In November 2005, BBC Somali noted extreme water prices in Sanaag including Badhan district, reflecting depleted catchments and the cost of trucking water to inland settlements.

In parallel with Puntland's structures, Somaliland sought to project administrative claims eastwards in the early 2000s, creating a nominal "Badhan" region, while Puntland announced the Haylan region; on the ground, Warsangali communities around Badhan continued to manage affairs through their own councils and elders.

Amid frictions with Puntland over resources and security, Warsangali leaders declared the short-lived Maakhir State in mid-2007, naming Badhan its hub; the announcement followed communal meetings in Badhan and Dhahar in early July 2007.

=== Somaliland and Puntland (2008–2017) ===
In February 2008, Somaliland troops entered Badhan following a Puntland withdrawal, changing the control of the interior of eastern Sanaag around the town.

In June 2013, Somaliland forces took control of Badhan district from Puntland forces. Later that year, a visit by a Puntland presidential candidate drew protests from Somaliland-focused media for violating Somaliland's sovereignty claims.

In March 2014, Somaliland troops again entered Badhan, and the situation subsequently stabilized.

On 19 October 2015, eight members of the Somaliland National Electoral Commission were detained by Puntland authorities in Badhan district and released shortly thereafter.

In mid-2016, Somaliland proceeded with elements of its voter registration rollout in eastern Sanaag. On 18 July 2016, the Somaliland-appointed Badhan mayor stated that registration was proceeding across the district, and on 17 July 2016 Somaliland's defense minister visited Badhan amid tensions in eastern Sanaag.

In February 2017, the Somaliland-appointed Badhan district governor died in Hargeisa.

=== Puntland's administrative (2018–2023) ===
In 2018, Puntland authorities increased their administrative presence in Badhan. On 20 September 2018, the Puntland cabinet held a formal session in Badhan, and the following day a presidential delegation arrived in the town. In early 2018, Somalia's federal planning minister also visited Badhan and Dhahar with Puntland officials.
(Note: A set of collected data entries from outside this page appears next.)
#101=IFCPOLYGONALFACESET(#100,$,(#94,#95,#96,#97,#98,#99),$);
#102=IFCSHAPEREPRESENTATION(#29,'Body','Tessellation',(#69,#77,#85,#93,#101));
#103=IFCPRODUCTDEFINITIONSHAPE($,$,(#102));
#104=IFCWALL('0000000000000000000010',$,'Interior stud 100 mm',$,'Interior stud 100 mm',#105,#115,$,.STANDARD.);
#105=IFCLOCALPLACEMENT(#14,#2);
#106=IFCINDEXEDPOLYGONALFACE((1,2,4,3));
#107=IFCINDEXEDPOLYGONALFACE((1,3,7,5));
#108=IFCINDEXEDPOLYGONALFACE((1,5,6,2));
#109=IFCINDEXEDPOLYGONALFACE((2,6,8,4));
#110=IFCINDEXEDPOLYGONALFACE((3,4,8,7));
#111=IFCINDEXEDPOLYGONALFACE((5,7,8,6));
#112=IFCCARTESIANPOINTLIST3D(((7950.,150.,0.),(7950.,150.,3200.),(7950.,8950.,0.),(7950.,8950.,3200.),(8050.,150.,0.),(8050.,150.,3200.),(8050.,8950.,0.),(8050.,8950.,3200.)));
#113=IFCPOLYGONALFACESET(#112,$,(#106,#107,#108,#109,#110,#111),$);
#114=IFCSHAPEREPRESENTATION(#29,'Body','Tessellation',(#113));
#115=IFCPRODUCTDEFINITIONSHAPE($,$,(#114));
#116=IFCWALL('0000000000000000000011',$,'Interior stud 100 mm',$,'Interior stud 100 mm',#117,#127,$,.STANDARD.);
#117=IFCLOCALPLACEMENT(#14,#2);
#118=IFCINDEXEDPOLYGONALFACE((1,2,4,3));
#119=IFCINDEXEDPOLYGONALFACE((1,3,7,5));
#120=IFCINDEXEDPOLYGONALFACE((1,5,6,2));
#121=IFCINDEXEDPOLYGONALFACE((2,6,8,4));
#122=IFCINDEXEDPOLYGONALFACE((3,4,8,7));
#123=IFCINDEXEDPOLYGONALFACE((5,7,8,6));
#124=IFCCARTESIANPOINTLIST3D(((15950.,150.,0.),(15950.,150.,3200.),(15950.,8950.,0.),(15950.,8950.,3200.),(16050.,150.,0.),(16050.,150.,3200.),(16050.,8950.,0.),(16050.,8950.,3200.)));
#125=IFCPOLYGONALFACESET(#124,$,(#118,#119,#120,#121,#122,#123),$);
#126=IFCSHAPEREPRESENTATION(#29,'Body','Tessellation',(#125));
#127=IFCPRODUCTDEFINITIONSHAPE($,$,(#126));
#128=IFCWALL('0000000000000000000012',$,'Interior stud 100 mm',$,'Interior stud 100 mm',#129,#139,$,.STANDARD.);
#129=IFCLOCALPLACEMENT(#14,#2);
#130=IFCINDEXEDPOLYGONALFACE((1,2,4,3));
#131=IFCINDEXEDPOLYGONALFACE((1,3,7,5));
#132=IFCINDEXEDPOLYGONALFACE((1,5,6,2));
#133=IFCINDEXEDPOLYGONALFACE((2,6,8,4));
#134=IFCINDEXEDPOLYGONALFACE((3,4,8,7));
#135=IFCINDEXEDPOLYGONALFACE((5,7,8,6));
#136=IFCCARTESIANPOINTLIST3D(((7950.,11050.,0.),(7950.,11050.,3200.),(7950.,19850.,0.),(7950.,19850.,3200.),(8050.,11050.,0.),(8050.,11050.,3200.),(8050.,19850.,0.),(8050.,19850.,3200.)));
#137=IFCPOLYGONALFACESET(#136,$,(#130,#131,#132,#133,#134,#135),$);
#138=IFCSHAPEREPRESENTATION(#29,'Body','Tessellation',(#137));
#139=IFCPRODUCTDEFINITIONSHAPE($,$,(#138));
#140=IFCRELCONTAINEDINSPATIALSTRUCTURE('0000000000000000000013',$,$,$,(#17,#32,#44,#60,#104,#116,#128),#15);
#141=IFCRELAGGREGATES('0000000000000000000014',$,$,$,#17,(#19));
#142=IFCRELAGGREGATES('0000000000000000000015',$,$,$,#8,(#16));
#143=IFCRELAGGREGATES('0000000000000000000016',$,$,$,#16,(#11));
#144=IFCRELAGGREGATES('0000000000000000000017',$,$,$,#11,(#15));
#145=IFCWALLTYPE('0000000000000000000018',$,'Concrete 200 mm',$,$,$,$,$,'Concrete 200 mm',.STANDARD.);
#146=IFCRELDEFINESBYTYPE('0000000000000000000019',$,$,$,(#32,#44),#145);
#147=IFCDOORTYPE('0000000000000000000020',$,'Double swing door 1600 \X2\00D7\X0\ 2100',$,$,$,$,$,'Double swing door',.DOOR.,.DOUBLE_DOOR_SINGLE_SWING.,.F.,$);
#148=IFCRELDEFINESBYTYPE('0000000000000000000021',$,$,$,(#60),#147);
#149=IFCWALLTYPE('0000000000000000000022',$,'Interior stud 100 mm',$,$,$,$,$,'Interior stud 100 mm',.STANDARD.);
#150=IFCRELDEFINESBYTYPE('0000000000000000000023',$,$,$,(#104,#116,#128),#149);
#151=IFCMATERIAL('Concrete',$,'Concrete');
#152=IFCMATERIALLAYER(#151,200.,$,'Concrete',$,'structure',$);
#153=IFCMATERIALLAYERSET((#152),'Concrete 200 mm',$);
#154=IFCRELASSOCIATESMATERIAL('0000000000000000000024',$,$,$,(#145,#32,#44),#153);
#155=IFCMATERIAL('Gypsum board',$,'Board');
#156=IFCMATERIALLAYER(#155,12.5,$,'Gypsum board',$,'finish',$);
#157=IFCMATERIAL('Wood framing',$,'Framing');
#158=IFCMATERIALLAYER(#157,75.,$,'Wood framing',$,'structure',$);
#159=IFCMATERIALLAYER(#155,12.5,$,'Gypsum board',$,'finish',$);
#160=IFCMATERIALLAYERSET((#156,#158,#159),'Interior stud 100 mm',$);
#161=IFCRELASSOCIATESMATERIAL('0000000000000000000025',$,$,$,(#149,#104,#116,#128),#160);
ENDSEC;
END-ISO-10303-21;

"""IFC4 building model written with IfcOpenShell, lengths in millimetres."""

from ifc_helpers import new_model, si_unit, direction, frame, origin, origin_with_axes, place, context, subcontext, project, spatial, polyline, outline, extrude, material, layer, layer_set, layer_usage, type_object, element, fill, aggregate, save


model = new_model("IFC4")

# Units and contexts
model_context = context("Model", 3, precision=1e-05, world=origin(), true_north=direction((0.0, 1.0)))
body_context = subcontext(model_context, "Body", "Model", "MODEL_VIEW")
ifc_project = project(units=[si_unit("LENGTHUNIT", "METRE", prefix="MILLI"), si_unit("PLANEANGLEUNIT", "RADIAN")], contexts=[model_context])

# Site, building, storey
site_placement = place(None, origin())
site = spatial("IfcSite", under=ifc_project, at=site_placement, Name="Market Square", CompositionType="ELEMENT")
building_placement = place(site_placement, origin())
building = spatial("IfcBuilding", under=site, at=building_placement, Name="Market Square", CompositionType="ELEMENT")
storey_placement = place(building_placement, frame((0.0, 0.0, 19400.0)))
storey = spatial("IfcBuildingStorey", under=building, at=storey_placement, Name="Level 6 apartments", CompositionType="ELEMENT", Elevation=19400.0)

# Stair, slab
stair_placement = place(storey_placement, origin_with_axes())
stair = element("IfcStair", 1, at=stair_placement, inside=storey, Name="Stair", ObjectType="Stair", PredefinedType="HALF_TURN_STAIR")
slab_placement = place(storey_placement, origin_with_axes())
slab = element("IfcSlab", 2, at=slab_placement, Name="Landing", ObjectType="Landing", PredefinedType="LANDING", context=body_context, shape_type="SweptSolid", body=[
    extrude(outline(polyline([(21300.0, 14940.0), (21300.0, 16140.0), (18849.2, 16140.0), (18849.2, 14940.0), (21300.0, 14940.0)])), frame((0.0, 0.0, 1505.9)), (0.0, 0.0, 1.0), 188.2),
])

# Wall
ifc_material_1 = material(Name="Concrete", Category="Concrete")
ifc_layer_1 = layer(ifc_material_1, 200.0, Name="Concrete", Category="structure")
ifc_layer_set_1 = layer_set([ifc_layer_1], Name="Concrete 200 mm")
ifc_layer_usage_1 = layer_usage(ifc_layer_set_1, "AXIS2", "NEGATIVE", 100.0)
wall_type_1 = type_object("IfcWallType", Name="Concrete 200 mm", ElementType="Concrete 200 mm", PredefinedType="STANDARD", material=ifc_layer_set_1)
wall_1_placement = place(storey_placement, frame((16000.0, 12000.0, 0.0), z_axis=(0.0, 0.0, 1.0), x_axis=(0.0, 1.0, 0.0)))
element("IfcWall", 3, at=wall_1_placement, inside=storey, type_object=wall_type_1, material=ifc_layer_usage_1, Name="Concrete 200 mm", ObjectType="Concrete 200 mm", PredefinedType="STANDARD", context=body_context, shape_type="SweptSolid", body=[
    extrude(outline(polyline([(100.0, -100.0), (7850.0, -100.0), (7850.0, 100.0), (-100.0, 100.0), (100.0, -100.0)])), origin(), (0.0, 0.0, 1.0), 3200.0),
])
On 30 May 2019, the Somaliland-appointed governor of Badhan resigned and joined Puntland, and on 5 September 2019, the Badhan district council elected Ahmed Mohamed Timir as mayor in a process administered by Puntland's Ministry of Interior. Days later, Puntland security forces arrested Somaliland's deputy governor for Badhan district.

In January 2021, Puntland deployed forces to Badhan to prevent Somaliland's voter registration, and a delegation led by the Speaker of the Puntland Parliament visited the town. Puntland authorities announced the deployment of police units to Badhan on 17 June 2021 to reinforce local security. On 20 October 2021, local elders in Badhan issued a public statement separating the town from reported evictions in Erigavo.

On 25 May 2023, the Transitional Puntland Electoral Commission (TPEC) conducted direct municipal elections in Badhan as part of the state's local polls.

=== Recent History (2024–) ===
During 2024–2025, tensions occurred between Puntland and the federal government over constitutional amendments. Puntland announced a freeze in cooperation with federal institutions in March and April 2024, but local administration in Badhan functioned under Puntland's framework.

In October 2024, an armed clash occurred outside Badhan between Puntland forces and troops aligned with the self-proclaimed Maakhir authorities, resulting in a standoff without major casualties initially reported. In the broader Sanaag area, further confrontations occurred in mid-2025 around Ceelbuh due to disputes over administrative alignment.